* _Given information_
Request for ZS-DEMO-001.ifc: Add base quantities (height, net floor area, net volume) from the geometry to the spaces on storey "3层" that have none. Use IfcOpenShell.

First a look at what the model holds.

```python
import ifcopenshell
import ifcopenshell.util.element
import ifcopenshell.util.unit

model = ifcopenshell.open("ZS-DEMO-001.ifc")
print(model.schema)
for unit_type in ("LENGTHUNIT", "AREAUNIT", "VOLUMEUNIT"):
    print(unit_type, ifcopenshell.util.unit.calculate_unit_scale(model, unit_type))
storey = next(s for s in model.by_type("IfcBuildingStorey") if s.Name == "3层")
spaces = [e for e in ifcopenshell.util.element.get_decomposition(storey) if e.is_a("IfcSpace")]
for e in sorted(spaces, key=lambda e: e.id()):
    print(e.id(), e.is_a(), e.Name, list(ifcopenshell.util.element.get_psets(e, qtos_only=True)), sep=" | ")
```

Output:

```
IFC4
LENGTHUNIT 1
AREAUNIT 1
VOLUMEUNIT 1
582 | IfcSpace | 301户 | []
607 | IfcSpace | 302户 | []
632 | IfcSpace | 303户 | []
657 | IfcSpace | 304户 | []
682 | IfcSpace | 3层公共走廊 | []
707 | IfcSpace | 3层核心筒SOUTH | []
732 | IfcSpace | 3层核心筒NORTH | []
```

```python
import ifcopenshell
import ifcopenshell.api.pset
import ifcopenshell.geom
import ifcopenshell.util.element
import ifcopenshell.util.shape
import ifcopenshell.util.unit

model = ifcopenshell.open("ZS-DEMO-001.ifc")
unit_scale = ifcopenshell.util.unit.calculate_unit_scale(model)
area_scale = ifcopenshell.util.unit.calculate_unit_scale(model, "AREAUNIT")
volume_scale = ifcopenshell.util.unit.calculate_unit_scale(model, "VOLUMEUNIT")
settings = ifcopenshell.geom.settings()

storey = next(s for s in model.by_type("IfcBuildingStorey") if s.Name == "3层")
spaces = [e for e in ifcopenshell.util.element.get_decomposition(storey) if e.is_a("IfcSpace")]

for e in sorted(spaces, key=lambda e: e.id()):
    if ifcopenshell.util.element.get_psets(e, qtos_only=True, should_inherit=False):
        continue
    # Geometry comes back in metres, in the element's own axes.
    shape = ifcopenshell.geom.create_shape(settings, e)
    values = {
        "Height": ifcopenshell.util.shape.get_z(shape.geometry) / unit_scale,
        "NetFloorArea": ifcopenshell.util.shape.get_footprint_area(shape.geometry) / area_scale,
        "NetVolume": ifcopenshell.util.shape.get_volume(shape.geometry) / volume_scale,
    }
    qto = ifcopenshell.api.pset.add_qto(model, product=e, name="Qto_SpaceBaseQuantities")
    ifcopenshell.api.pset.edit_qto(model, qto=qto, properties=values)
    print(e.id(), {k: round(v, 3) for k, v in values.items()})

model.write("ZS-DEMO-001-out.ifc")
```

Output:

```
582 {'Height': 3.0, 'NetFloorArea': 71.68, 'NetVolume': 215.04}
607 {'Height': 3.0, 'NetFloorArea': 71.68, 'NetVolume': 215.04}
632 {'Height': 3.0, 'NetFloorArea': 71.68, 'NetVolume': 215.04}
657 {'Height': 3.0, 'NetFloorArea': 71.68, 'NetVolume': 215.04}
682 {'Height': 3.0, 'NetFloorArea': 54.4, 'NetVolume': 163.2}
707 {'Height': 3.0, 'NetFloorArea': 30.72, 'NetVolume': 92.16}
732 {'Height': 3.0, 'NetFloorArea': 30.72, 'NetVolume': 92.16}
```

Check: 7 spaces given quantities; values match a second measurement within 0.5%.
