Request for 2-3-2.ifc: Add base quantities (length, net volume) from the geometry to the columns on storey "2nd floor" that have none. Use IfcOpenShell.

First a look at what the model holds.

```python
import ifcopenshell
import ifcopenshell.util.element
import ifcopenshell.util.unit

model = ifcopenshell.open("2-3-2.ifc")
print(model.schema)
for unit_type in ("LENGTHUNIT", "AREAUNIT", "VOLUMEUNIT"):
    print(unit_type, ifcopenshell.util.unit.calculate_unit_scale(model, unit_type))
storey = next(s for s in model.by_type("IfcBuildingStorey") if s.Name == "2nd floor")
columns = [e for e in ifcopenshell.util.element.get_decomposition(storey) if e.is_a("IfcColumn")]
for e in sorted(columns, key=lambda e: e.id()):
    print(e.id(), e.is_a(), e.Name, list(ifcopenshell.util.element.get_psets(e, qtos_only=True)), sep=" | ")
```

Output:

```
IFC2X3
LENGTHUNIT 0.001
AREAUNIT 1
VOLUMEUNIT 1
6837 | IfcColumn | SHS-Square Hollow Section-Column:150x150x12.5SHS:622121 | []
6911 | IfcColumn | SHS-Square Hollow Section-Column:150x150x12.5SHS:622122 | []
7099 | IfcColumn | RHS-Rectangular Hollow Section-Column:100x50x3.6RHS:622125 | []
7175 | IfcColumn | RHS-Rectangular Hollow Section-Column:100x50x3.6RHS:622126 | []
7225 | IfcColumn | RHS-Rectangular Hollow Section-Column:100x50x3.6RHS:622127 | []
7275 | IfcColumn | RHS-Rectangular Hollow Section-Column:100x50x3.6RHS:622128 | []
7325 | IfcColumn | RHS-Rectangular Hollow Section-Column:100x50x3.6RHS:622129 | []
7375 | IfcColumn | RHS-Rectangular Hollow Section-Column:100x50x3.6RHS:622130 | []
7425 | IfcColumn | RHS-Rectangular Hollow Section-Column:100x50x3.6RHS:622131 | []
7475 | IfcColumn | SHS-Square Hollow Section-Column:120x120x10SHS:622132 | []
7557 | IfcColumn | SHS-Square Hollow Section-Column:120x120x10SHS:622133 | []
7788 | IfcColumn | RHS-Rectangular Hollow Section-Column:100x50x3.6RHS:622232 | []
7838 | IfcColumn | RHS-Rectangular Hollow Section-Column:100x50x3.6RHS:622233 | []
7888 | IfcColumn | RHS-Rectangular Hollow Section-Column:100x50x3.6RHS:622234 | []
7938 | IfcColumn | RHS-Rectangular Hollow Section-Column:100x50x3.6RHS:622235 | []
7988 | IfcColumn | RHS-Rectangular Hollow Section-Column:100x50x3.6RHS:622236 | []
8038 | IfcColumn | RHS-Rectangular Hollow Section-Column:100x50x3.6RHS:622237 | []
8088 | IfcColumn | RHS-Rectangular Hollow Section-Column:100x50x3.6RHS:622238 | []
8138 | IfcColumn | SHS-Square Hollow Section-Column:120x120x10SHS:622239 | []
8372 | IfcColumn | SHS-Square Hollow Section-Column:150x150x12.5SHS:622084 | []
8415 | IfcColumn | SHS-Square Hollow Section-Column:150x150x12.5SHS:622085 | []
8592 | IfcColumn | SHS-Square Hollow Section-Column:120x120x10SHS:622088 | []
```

```python
import ifcopenshell
import ifcopenshell.api.pset
import ifcopenshell.geom
import ifcopenshell.util.element
import ifcopenshell.util.shape
import ifcopenshell.util.unit

model = ifcopenshell.open("2-3-2.ifc")
unit_scale = ifcopenshell.util.unit.calculate_unit_scale(model)
volume_scale = ifcopenshell.util.unit.calculate_unit_scale(model, "VOLUMEUNIT")
settings = ifcopenshell.geom.settings()

storey = next(s for s in model.by_type("IfcBuildingStorey") if s.Name == "2nd floor")
columns = [e for e in ifcopenshell.util.element.get_decomposition(storey) if e.is_a("IfcColumn")]

for e in sorted(columns, key=lambda e: e.id()):
    if ifcopenshell.util.element.get_psets(e, qtos_only=True, should_inherit=False):
        continue
    # Geometry comes back in metres, in the element's own axes.
    shape = ifcopenshell.geom.create_shape(settings, e)
    values = {
        "Length": ifcopenshell.util.shape.get_z(shape.geometry) / unit_scale,
        "NetVolume": ifcopenshell.util.shape.get_volume(shape.geometry) / volume_scale,
    }
    qto = ifcopenshell.api.pset.add_qto(model, product=e, name="BaseQuantities")
    ifcopenshell.api.pset.edit_qto(model, qto=qto, properties=values)
    print(e.id(), {k: round(v, 3) for k, v in values.items()})

model.write("2-3-2-out.ifc")
```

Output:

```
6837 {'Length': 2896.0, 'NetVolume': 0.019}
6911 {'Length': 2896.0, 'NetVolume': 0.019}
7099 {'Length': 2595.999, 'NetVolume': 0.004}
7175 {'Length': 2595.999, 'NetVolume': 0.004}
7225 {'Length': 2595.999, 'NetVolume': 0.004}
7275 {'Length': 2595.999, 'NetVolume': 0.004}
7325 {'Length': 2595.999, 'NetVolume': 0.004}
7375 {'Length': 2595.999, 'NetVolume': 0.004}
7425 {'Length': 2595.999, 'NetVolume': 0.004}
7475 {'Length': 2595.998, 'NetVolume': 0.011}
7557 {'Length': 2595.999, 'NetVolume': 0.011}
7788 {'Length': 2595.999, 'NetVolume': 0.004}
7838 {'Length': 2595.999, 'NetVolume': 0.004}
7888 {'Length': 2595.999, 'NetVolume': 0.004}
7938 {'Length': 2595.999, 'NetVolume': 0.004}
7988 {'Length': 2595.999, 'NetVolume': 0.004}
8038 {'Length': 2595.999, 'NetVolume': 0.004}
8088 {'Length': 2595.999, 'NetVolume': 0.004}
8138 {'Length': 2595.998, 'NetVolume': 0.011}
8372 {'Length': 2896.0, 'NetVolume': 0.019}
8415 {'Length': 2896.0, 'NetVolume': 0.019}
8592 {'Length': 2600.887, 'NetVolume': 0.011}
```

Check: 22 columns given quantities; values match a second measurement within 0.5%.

* _What the task asks_
Among the records, find all lines that include the string "second" and return them.

* _Your solution_
Check: 7 spaces given quantities; values match a second measurement within 0.5%.
Check: 22 columns given quantities; values match a second measurement within 0.5%.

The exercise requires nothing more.